**Exercise directions**
Take the listing below and print exactly the lines starting at the line containing "element, fill, save" and ending at the line containing "world=origin_with_axes(), true_north=direction((0.0, 1.0)))", both ends included, and no others.

**Extracted entries**
# # # # # # #

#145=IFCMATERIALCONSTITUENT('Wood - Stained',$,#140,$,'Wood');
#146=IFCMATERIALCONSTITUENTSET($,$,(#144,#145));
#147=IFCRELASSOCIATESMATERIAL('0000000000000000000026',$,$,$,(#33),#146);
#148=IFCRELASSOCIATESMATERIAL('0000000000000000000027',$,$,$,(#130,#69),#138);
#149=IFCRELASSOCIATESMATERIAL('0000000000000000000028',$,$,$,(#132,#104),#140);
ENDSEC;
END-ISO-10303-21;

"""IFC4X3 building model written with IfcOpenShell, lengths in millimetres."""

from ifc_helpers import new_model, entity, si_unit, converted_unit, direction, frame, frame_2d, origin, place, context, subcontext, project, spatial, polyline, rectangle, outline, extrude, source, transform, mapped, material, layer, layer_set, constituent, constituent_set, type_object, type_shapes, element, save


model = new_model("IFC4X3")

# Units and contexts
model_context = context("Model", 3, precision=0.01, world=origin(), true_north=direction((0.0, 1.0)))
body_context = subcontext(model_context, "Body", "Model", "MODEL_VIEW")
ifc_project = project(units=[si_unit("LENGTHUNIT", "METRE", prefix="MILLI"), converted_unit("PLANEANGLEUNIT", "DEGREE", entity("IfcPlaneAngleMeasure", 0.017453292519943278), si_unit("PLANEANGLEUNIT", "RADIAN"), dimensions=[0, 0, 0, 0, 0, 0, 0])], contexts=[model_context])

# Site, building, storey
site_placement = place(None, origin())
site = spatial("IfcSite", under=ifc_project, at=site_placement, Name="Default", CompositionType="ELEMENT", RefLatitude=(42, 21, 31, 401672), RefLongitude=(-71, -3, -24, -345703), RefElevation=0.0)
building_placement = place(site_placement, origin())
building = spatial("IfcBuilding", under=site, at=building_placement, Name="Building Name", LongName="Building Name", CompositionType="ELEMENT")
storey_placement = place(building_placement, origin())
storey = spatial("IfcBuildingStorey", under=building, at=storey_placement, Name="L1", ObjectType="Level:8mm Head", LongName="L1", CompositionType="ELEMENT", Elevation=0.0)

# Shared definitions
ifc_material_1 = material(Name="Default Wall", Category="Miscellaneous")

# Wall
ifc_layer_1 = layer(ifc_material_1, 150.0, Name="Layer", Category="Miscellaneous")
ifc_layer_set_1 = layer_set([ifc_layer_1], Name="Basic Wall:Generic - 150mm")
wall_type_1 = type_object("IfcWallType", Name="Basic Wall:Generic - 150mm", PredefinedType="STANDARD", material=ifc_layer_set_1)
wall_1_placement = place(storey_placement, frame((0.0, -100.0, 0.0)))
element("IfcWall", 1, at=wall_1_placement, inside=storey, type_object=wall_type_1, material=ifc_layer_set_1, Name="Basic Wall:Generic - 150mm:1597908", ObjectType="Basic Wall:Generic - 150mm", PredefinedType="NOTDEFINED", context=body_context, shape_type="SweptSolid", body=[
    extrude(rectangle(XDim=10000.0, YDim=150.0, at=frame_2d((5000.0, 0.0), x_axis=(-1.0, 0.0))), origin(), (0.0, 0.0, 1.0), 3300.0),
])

# # # # # # #

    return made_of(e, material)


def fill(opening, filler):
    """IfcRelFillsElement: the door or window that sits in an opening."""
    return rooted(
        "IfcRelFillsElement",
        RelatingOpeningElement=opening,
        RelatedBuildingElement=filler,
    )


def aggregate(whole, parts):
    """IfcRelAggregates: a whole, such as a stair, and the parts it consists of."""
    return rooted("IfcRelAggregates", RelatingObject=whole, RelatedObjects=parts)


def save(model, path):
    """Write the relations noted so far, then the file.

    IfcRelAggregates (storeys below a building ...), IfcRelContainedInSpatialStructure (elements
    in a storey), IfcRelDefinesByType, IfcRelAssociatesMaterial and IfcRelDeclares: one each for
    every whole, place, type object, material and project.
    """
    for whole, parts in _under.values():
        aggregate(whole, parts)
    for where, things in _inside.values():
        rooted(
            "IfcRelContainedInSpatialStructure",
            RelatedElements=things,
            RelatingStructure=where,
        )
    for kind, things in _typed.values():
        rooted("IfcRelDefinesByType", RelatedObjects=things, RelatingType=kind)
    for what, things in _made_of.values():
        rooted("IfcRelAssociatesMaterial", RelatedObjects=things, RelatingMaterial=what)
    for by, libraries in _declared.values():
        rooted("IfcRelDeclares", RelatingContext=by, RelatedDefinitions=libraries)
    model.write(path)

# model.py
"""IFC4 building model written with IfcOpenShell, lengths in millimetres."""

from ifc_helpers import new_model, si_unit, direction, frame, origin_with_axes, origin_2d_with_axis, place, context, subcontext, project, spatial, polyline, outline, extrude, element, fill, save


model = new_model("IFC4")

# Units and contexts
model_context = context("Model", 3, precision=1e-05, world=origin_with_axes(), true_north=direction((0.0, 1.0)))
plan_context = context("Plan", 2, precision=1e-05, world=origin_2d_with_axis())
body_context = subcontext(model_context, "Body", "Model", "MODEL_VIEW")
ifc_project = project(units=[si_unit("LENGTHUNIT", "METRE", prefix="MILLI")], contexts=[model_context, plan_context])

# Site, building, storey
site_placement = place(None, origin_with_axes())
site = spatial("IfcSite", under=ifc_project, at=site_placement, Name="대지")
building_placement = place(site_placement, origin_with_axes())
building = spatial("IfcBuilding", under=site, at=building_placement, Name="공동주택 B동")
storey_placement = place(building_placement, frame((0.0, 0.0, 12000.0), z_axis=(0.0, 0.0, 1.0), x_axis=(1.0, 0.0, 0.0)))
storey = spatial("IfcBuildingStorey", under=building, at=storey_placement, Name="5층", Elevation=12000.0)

# # # # # # #

**Solution for this exercise**
from ifc_helpers import new_model, si_unit, direction, frame, origin_with_axes, origin_2d_with_axis, place, context, subcontext, project, spatial, polyline, outline, extrude, element, fill, save


model = new_model("IFC4")

# Units and contexts
model_context = context("Model", 3, precision=1e-05, world=origin_with_axes(), true_north=direction((0.0, 1.0)))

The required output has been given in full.